C'est dans cette atmosphère plutôt hostile à son égard que va devoir enquêter le jeune homme déjà marqué par la vie, ce qui est assez courant avec des auteurs nordiques. Le lecteur se rend immédiatement compte que rien ne va être aisé pour le jeune homme, que les pistes vont se multiplier, encore faudrait-il que ces pistes soient les bonnes.

En parallèle de cette enquête qui avance doucement, très doucement , l'auteur nous fait suivre l' agression d'une femme une vingtaine d'années auparavant. Une agression qui ne semble n'avoir aucun rapport avec l'enquête en cours dans la petite ville. Si l'enquête piétine l'auteur nous dresse un très beau portrait de cette petite ville de province entièrement coupée du monde où chacun épie son voisin.

Ce n'est que dans la dernière partie du roman que les indices arrivent au lecteur, soit directement, soit par le biais du jeune enquêteur. Un final peut être un petit peu trop rapide par rapport à la longue mise en place, mais c'est souvent le cas avec les policiers nordiques, et même aussi dans les policiers en général si l'on ne connaît pas les coupables en début de roman.

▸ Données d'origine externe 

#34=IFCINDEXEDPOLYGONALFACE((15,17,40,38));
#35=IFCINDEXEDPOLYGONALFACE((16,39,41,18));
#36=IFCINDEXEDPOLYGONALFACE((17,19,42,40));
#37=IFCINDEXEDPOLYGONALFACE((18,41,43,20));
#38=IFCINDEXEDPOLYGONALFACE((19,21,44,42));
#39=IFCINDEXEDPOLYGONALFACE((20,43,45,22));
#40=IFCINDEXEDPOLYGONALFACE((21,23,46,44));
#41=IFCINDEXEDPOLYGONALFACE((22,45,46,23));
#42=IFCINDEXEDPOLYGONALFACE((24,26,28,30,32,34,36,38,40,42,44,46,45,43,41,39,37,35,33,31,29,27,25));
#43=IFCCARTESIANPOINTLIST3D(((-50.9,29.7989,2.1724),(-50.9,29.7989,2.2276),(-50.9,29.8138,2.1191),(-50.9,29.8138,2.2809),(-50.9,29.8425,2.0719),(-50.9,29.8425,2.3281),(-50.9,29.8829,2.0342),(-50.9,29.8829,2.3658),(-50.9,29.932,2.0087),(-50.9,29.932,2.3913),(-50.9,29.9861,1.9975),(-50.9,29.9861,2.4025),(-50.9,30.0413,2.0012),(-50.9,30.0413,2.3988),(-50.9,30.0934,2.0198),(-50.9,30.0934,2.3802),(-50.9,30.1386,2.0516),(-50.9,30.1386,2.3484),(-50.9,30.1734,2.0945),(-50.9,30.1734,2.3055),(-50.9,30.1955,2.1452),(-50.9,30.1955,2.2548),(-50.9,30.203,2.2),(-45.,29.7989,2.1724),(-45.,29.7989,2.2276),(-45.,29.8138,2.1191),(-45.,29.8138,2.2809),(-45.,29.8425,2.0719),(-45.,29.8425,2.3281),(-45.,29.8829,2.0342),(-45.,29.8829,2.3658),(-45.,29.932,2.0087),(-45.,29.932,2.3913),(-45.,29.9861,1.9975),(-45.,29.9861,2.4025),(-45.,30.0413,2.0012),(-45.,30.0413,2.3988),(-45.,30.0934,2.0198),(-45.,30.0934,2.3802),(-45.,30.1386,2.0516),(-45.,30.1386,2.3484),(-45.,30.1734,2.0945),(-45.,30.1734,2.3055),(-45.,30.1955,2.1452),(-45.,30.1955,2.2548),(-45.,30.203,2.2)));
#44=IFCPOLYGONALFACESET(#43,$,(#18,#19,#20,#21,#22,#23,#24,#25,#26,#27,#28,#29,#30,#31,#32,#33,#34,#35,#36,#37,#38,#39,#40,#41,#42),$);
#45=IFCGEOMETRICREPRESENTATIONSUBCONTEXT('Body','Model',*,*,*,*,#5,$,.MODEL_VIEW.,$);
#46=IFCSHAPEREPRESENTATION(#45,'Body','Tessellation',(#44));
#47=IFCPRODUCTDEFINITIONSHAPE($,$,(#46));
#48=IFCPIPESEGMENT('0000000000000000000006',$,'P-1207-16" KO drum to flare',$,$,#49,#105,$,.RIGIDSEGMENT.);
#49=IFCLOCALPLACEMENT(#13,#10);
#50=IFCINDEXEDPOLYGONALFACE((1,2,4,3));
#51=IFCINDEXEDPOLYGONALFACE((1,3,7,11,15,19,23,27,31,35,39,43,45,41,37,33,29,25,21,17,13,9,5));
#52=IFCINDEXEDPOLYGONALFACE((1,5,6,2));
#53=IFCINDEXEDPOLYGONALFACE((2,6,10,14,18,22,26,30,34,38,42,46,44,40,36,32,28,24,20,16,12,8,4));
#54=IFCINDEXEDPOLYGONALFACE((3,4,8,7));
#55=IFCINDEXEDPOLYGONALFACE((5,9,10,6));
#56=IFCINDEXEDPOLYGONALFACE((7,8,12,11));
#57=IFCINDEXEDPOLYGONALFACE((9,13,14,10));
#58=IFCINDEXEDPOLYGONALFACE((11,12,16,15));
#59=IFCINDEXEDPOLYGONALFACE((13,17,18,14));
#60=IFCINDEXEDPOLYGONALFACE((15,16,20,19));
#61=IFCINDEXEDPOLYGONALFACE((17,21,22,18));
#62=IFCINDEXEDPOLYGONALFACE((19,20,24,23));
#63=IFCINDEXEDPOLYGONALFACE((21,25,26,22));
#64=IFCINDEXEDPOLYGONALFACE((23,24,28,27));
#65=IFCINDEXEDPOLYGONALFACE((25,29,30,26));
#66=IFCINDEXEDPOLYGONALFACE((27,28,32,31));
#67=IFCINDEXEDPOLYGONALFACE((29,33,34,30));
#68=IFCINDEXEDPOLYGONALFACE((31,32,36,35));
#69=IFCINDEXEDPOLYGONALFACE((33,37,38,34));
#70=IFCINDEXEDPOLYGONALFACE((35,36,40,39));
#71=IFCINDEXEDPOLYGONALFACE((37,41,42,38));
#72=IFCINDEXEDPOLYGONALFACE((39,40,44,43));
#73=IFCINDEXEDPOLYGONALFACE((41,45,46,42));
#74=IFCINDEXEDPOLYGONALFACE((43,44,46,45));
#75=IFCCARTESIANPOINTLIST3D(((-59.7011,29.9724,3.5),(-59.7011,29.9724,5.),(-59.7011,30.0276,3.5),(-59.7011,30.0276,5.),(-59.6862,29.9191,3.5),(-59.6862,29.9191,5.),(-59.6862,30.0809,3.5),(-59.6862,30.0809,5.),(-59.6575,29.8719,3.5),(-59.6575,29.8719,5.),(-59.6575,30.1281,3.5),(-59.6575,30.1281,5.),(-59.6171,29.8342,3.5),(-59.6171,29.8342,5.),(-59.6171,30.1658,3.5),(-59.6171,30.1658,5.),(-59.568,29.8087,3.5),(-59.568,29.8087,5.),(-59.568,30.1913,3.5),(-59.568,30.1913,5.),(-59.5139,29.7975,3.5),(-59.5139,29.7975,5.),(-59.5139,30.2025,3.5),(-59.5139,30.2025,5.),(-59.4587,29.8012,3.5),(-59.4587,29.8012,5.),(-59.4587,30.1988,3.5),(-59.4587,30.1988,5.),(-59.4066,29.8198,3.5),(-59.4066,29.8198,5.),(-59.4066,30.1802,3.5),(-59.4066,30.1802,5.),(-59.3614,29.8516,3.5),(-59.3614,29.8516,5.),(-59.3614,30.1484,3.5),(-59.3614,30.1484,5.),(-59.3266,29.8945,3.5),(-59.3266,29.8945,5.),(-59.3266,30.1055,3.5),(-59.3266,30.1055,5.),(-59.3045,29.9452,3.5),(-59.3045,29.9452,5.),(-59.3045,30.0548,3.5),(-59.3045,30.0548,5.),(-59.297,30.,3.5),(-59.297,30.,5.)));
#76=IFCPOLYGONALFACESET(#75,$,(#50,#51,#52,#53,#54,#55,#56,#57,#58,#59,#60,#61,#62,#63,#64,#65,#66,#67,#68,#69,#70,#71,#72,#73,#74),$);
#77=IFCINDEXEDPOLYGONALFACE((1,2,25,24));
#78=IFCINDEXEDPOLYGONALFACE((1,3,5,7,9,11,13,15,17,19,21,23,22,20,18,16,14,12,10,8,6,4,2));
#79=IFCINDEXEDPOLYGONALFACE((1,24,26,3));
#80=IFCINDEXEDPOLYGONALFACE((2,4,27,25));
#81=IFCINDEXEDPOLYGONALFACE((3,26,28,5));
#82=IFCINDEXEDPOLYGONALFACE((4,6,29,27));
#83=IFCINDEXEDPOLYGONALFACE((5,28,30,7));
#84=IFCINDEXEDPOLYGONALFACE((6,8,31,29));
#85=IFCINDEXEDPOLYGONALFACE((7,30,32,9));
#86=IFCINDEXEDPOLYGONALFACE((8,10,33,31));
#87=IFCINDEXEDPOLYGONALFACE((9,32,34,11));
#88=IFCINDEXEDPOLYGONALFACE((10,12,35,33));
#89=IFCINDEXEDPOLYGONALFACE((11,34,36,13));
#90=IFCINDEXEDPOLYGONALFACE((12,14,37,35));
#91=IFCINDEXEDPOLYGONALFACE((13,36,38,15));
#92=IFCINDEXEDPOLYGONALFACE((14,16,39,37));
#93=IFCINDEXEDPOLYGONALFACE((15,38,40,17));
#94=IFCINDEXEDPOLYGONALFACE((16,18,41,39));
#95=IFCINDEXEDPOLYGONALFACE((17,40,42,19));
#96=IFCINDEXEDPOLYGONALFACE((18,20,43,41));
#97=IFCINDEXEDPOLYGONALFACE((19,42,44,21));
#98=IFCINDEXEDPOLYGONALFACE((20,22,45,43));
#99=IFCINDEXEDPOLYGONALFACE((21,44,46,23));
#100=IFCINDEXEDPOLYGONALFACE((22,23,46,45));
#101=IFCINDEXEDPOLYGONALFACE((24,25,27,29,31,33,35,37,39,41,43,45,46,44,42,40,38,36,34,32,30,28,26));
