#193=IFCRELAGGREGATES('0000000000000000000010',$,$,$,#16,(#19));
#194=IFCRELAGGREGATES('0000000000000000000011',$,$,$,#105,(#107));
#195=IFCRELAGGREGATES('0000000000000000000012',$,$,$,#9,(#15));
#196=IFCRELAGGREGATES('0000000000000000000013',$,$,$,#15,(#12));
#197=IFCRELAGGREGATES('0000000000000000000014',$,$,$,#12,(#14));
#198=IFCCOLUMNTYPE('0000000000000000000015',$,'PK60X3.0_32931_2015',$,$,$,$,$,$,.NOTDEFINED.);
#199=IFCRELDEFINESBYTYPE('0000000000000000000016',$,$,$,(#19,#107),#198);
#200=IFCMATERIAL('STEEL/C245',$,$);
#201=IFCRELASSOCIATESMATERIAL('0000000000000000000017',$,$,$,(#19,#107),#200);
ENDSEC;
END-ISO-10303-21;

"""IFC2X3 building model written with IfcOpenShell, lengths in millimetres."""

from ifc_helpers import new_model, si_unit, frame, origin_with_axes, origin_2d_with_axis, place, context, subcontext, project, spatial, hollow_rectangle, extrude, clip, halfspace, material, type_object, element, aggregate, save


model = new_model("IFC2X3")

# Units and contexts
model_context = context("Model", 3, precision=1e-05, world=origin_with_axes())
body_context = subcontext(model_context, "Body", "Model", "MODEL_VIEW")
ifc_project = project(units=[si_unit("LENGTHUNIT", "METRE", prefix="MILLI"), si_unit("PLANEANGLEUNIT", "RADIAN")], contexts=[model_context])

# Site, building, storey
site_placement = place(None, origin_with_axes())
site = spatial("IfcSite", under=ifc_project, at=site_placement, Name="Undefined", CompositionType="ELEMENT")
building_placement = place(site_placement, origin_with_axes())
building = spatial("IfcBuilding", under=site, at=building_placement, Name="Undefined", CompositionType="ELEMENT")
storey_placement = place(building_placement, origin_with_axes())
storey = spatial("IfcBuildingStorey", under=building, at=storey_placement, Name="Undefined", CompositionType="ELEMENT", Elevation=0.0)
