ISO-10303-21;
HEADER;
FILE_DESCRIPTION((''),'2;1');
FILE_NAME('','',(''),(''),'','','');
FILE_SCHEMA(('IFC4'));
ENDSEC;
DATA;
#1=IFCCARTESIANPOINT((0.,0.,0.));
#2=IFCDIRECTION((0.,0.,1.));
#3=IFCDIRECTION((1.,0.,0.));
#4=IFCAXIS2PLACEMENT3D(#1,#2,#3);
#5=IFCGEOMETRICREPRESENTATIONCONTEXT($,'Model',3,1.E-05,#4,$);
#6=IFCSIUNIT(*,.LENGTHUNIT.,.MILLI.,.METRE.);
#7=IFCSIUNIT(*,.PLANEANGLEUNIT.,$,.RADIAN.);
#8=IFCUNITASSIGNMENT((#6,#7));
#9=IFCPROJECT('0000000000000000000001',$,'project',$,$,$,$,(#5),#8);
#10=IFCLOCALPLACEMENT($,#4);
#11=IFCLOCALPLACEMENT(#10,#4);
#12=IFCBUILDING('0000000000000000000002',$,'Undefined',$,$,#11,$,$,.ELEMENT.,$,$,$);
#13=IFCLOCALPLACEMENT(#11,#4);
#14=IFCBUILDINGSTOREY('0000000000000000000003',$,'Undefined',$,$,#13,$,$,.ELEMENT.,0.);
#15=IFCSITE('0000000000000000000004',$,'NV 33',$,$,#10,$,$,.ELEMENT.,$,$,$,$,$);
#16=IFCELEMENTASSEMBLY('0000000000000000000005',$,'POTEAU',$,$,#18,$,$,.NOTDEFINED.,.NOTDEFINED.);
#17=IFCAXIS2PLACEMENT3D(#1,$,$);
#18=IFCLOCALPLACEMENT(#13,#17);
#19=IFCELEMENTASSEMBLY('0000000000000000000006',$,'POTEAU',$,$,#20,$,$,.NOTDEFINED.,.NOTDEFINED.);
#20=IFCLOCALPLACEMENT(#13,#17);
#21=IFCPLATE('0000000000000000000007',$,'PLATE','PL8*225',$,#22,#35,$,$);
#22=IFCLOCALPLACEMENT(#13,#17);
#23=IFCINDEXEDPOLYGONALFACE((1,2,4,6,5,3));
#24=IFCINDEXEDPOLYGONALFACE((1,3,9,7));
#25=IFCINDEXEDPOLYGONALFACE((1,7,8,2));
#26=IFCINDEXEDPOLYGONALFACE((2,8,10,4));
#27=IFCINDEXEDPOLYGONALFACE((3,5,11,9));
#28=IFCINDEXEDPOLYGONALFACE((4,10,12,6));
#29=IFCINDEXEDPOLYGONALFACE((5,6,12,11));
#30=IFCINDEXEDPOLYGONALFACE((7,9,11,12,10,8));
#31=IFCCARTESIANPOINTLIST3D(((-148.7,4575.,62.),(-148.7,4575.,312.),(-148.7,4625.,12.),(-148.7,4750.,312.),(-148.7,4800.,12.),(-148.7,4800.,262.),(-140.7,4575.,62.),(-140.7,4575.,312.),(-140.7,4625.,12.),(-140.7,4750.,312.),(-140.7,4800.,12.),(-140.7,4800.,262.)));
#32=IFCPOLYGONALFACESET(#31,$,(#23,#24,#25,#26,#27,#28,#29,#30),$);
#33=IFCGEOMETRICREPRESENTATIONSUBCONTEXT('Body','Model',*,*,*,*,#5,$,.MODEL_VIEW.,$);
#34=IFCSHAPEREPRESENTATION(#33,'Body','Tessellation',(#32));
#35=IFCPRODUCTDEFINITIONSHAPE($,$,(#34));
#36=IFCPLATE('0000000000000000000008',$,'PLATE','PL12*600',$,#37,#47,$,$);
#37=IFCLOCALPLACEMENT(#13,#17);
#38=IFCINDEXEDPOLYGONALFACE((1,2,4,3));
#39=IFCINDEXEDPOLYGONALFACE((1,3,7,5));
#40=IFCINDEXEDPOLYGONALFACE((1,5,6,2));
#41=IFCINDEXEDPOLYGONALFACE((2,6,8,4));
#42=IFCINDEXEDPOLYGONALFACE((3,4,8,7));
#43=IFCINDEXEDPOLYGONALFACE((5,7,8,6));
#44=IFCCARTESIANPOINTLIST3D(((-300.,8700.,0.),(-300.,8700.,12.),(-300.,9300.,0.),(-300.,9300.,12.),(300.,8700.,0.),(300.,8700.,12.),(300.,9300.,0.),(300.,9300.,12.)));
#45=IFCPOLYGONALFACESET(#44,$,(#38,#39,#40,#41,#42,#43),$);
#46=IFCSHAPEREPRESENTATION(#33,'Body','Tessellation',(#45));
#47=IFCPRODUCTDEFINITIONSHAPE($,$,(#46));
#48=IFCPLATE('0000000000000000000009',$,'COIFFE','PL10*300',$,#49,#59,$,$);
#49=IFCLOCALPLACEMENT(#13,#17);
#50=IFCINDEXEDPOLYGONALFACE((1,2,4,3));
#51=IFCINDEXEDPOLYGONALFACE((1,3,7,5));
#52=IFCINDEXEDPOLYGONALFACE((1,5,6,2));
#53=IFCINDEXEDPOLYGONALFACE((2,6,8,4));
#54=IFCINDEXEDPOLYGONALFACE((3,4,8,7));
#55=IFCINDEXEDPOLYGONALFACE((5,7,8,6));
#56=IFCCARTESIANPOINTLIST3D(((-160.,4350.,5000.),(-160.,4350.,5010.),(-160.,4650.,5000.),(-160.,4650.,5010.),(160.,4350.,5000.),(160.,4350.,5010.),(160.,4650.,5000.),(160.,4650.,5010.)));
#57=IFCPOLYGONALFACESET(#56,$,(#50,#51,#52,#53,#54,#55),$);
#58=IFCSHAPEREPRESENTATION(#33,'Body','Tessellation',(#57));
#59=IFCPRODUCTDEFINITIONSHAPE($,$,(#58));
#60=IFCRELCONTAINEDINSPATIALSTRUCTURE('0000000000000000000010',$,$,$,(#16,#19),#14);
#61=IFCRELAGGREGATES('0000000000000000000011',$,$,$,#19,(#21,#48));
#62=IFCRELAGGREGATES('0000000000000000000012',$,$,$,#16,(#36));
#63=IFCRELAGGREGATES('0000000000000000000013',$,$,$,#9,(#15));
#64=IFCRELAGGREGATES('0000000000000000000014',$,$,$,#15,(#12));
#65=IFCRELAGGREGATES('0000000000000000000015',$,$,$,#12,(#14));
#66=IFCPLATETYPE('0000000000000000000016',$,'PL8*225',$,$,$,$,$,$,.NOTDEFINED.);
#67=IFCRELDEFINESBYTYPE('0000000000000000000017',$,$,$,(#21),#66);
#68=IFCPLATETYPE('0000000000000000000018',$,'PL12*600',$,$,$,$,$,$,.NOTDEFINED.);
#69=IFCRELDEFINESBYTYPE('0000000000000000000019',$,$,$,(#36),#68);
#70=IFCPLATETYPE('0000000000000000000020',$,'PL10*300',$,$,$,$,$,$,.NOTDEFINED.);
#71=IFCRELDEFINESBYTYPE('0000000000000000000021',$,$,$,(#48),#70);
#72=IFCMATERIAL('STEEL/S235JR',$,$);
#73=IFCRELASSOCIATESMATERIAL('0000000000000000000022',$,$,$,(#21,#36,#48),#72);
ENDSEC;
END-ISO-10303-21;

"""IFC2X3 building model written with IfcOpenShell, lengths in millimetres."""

from ifc_helpers import new_model, si_unit, frame, origin_with_axes, place, context, subcontext, project, spatial, polyline, outline, extrude, material, type_object, element, aggregate, save


model = new_model("IFC2X3")

# Units and contexts
model_context = context("Model", 3, precision=1e-05, world=origin_with_axes())
body_context = subcontext(model_context, "Body", "Model", "MODEL_VIEW")
ifc_project = project(units=[si_unit("LENGTHUNIT", "METRE", prefix="MILLI"), si_unit("PLANEANGLEUNIT", "RADIAN")], contexts=[model_context])

# Site, building, storey
site_placement = place(None, origin_with_axes())
site = spatial("IfcSite", under=ifc_project, at=site_placement, Name="NV 33", CompositionType="ELEMENT")
building_placement = place(site_placement, origin_with_axes())
building = spatial("IfcBuilding", under=site, at=building_placement, Name="Undefined", CompositionType="ELEMENT")
storey_placement = place(building_placement, origin_with_axes())
storey = spatial("IfcBuildingStorey", under=building, at=storey_placement, Name="Undefined", CompositionType="ELEMENT", Elevation=0.0)

# Element assembly
assembly_1_placement = place(storey_placement, origin_with_axes())
assembly_1 = element("IfcElementAssembly", 1, at=assembly_1_placement, inside=storey, Name="POTEAU", AssemblyPlace="NOTDEFINED", PredefinedType="NOTDEFINED")
ifc_material_1 = material(Name="STEEL/S235JR")

# Element assembly
assembly_2_placement = place(storey_placement, origin_with_axes())
assembly_2 = element("IfcElementAssembly", 2, at=assembly_2_placement, inside=storey, Name="POTEAU", AssemblyPlace="NOTDEFINED", PredefinedType="NOTDEFINED")

# Plates
plate_type_1 = type_object("IfcPlateType", Name="PL8*225", PredefinedType="NOTDEFINED")
plate_1_placement = place(assembly_2_placement, frame((-144.7, 4575.0, 12.0), z_axis=(1.0, 0.0, 0.0), x_axis=(0.0, 1.0, 0.0)))
plate_1 = element("IfcPlate", 3, at=plate_1_placement, type_object=plate_type_1, material=ifc_material_1, Name="PLATE", Description="PL8*225", context=body_context, shape_type="SweptSolid", body=[
    extrude(outline(polyline([(0.0, 50.0), (50.0, 0.0), (225.0, 0.0), (225.0, 250.0), (175.0, 300.0), (0.0, 300.0), (0.0, 50.0)])), frame((0.0, 0.0, -4.0), z_axis=(0.0, 0.0, 1.0), x_axis=(1.0, 0.0, 0.0)), (0.0, 0.0, 1.0), 8.0),
])
plate_type_2 = type_object("IfcPlateType", Name="PL12*600", PredefinedType="NOTDEFINED")
plate_2_placement = place(assembly_1_placement, frame((-300.0, 8700.0, 6.0), z_axis=(0.0, 0.0, 1.0), x_axis=(1.0, 0.0, 0.0)))
plate_2 = element("IfcPlate", 4, at=plate_2_placement, type_object=plate_type_2, material=ifc_material_1, Name="PLATE", Description="PL12*600", context=body_context, shape_type="SweptSolid", body=[
    extrude(outline(polyline([(0.0, 0.0), (600.0, 0.0), (600.0, 600.0), (0.0, 600.0), (0.0, 0.0)])), frame((0.0, 0.0, -6.0), z_axis=(0.0, 0.0, 1.0), x_axis=(1.0, 0.0, 0.0)), (0.0, 0.0, 1.0), 12.0),
])
plate_type_3 = type_object("IfcPlateType", Name="PL10*300", PredefinedType="NOTDEFINED")
plate_3_placement = place(assembly_2_placement, frame((-160.0, 4650.0, 5005.0), z_axis=(0.0, 0.0, 1.0), x_axis=(0.0, -1.0, 0.0)))
plate_3 = element("IfcPlate", 5, at=plate_3_placement, type_object=plate_type_3, material=ifc_material_1, Name="COIFFE", Description="PL10*300", context=body_context, shape_type="SweptSolid", body=[
    extrude(outline(polyline([(0.0, 0.0), (300.0, 0.0), (300.0, 320.0), (0.0, 320.0), (0.0, 0.0)])), frame((0.0, 0.0, -5.0), z_axis=(0.0, 0.0, 1.0), x_axis=(1.0, 0.0, 0.0)), (0.0, 0.0, 1.0), 10.0),
])
aggregate(assembly_2, [plate_1, plate_3])

aggregate(assembly_1, [plate_2])

save(model, "model.ifc")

Sur la plume de l'auteur pas vraiment d'observation à effectuer. C'est bien écrit mais sans vraiment sortir du lot.

Au final une ambiance lourde à souhait, des personnages à multiples facettes, un personnage principal sombre qui aurait pu être un peu plus exploité, un fond politique complètement délaissé. Un très bon moment de lecture mais qui ne se démarque pas vraiment des autres auteurs venus du froid.